I'll give some intuition for multi-head attention first. Instead of taking the query, key and value embeddings and applying the scaled dot product operation on them all at once, mulit-head attention splits the query, key and value vectors into smaller sub-vectors and applies the scaled dot product operation on these sub-vectors in parallel, so that the model during training can "focus" on different parts of the input.
For example,
Single Head Attention
----------------------
Query: [q1 q2 q3 q4 q5 q6] (dimension = 6)
Key: [k1 k2 k3 k4 k5 k6] (dimension = 6)
Value: [v1 v2 v3 v4 v5 v6] (dimension = 6)
Multi-Head Attention (num_heads = 3)
-------------------------------------
Head 1 | Head 2 | Head 3
(dim=2) | (dim=2) | (dim=2)
Query: [q1 q2] | [q3 q4] | [q5 q6]
Key: [k1 k2] | [k3 k4] | [k5 k6]
Value: [v1 v2] | [v3 v4] | [v5 v6]
Each head processes its own subset of the dimensions independently
Head 1: Attention( [q1 q2], [k1 k2] ) → [o1 o2]
Head 2: Attention( [q3 q4], [k3 k4] ) → [o3 o4]
Head 3: Attention( [q5 q6], [k5 k6] ) → [o5 o6]
So to answer this part of your question,
How does adding num_heads as a new dimension affect the computation of attention, and what would happen if we skipped this step and kept the shape as "batch_size,sequence_length,d_in"
This is fine, then it just becomes single head attention and you would have a simpler implementation of scaled dot product, but the model might not work in practice as well as multi-head attention.
Now to go into your code and show how scaled dot product on multiple heads would work:
keys=self.key_weight(x)
queries=self.query_weight(x)
values=self.value_weight(x)
at this stage, you have applied the query, key and value projections on the input. Each of these is of size (batch_size, seq_len, d_in).
keys=keys.view(batch_size,sequence_length,self.num_heads,self.head_dim)
values=values.view(batch_size,sequence_length,self.num_heads,self.head_dim)
queries=queries.view(batch_size,sequence_length,self.num_heads,self.head_dim)

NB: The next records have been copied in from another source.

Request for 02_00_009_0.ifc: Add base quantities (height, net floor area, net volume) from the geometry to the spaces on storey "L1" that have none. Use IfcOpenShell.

First a look at what the model holds.

```python
import ifcopenshell
import ifcopenshell.util.element
import ifcopenshell.util.unit

model = ifcopenshell.open("02_00_009_0.ifc")
print(model.schema)
for unit_type in ("LENGTHUNIT", "AREAUNIT", "VOLUMEUNIT"):
    print(unit_type, ifcopenshell.util.unit.calculate_unit_scale(model, unit_type))
storey = next(s for s in model.by_type("IfcBuildingStorey") if s.Name == "L1")
spaces = [e for e in ifcopenshell.util.element.get_decomposition(storey) if e.is_a("IfcSpace")]
for e in sorted(spaces, key=lambda e: e.id()):
    print(e.id(), e.is_a(), e.Name, list(ifcopenshell.util.element.get_psets(e, qtos_only=True)), sep=" | ")
```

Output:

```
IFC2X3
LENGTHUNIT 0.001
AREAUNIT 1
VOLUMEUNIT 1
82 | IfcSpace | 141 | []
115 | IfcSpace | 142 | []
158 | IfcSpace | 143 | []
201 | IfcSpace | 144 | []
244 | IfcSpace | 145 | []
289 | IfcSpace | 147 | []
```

```python
import ifcopenshell
import ifcopenshell.api.pset
import ifcopenshell.geom
import ifcopenshell.util.element
import ifcopenshell.util.shape
import ifcopenshell.util.unit

model = ifcopenshell.open("02_00_009_0.ifc")
unit_scale = ifcopenshell.util.unit.calculate_unit_scale(model)
area_scale = ifcopenshell.util.unit.calculate_unit_scale(model, "AREAUNIT")
volume_scale = ifcopenshell.util.unit.calculate_unit_scale(model, "VOLUMEUNIT")
settings = ifcopenshell.geom.settings()

storey = next(s for s in model.by_type("IfcBuildingStorey") if s.Name == "L1")
spaces = [e for e in ifcopenshell.util.element.get_decomposition(storey) if e.is_a("IfcSpace")]

for e in sorted(spaces, key=lambda e: e.id()):
    if ifcopenshell.util.element.get_psets(e, qtos_only=True, should_inherit=False):
        continue
    # Geometry comes back in metres, in the element's own axes.
    shape = ifcopenshell.geom.create_shape(settings, e)
    values = {
        "Height": ifcopenshell.util.shape.get_z(shape.geometry) / unit_scale,
        "NetFloorArea": ifcopenshell.util.shape.get_footprint_area(shape.geometry) / area_scale,
        "NetVolume": ifcopenshell.util.shape.get_volume(shape.geometry) / volume_scale,
    }
    qto = ifcopenshell.api.pset.add_qto(model, product=e, name="BaseQuantities")
    ifcopenshell.api.pset.edit_qto(model, qto=qto, properties=values)
    print(e.id(), {k: round(v, 3) for k, v in values.items()})

model.write("02_00_009_0-out.ifc")
```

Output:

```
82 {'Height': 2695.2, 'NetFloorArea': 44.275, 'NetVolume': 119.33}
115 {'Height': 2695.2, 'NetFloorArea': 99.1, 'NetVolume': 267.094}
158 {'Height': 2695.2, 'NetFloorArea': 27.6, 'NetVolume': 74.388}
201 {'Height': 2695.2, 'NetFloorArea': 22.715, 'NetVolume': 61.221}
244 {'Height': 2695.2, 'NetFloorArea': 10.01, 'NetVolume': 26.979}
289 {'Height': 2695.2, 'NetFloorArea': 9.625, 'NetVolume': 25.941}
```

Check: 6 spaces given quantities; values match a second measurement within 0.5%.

Now after the reshaping each of these is of size (batch_size, seq_len, num_heads, head_dim)
With this, what you would do is a separate scaled dot product operation for each head. You have not written this part of the code.
Normally, you'd want to swap the positions of the num_heads dimension to the 2nd position to make it (batch_size, num_heads, seq_len, head_dim) like this
queries = queries.transpose(1, 2)
keys = keys.transpose(1, 2)
values = values.transpose(1, 2)
Now to compute the dot products and get the weights,
scores = torch.matmul(queries, keys.transpose(-1, -2))
Think of this operation as:
queries: it is a tensor of dimension batch_size, num_heads, seq_len, head_dim meaning that for each example in the batch, for each head in the example, you have a seq_len, head_dim matrix
keys: ditto, same as queries
Now what you want to do is, for each example in the batch, for each each head in the example, do a dot product between the 2D query and key matrices. The keys.transpose(-1, -2) helps flip the last two dimensions of keys to make it head_dim, seq_len so that when right-multiplied with seq_len, head_dim it produces seq_len, seq_len which is just a weight for every pair of positions in the sequence.
So in the end you have scores as batch_size, num_heads, seq_len, seq_len
I'll leave the rest of the steps in scaled dot product out, because I think this adequately addresses the need for reshaping that you originall asked.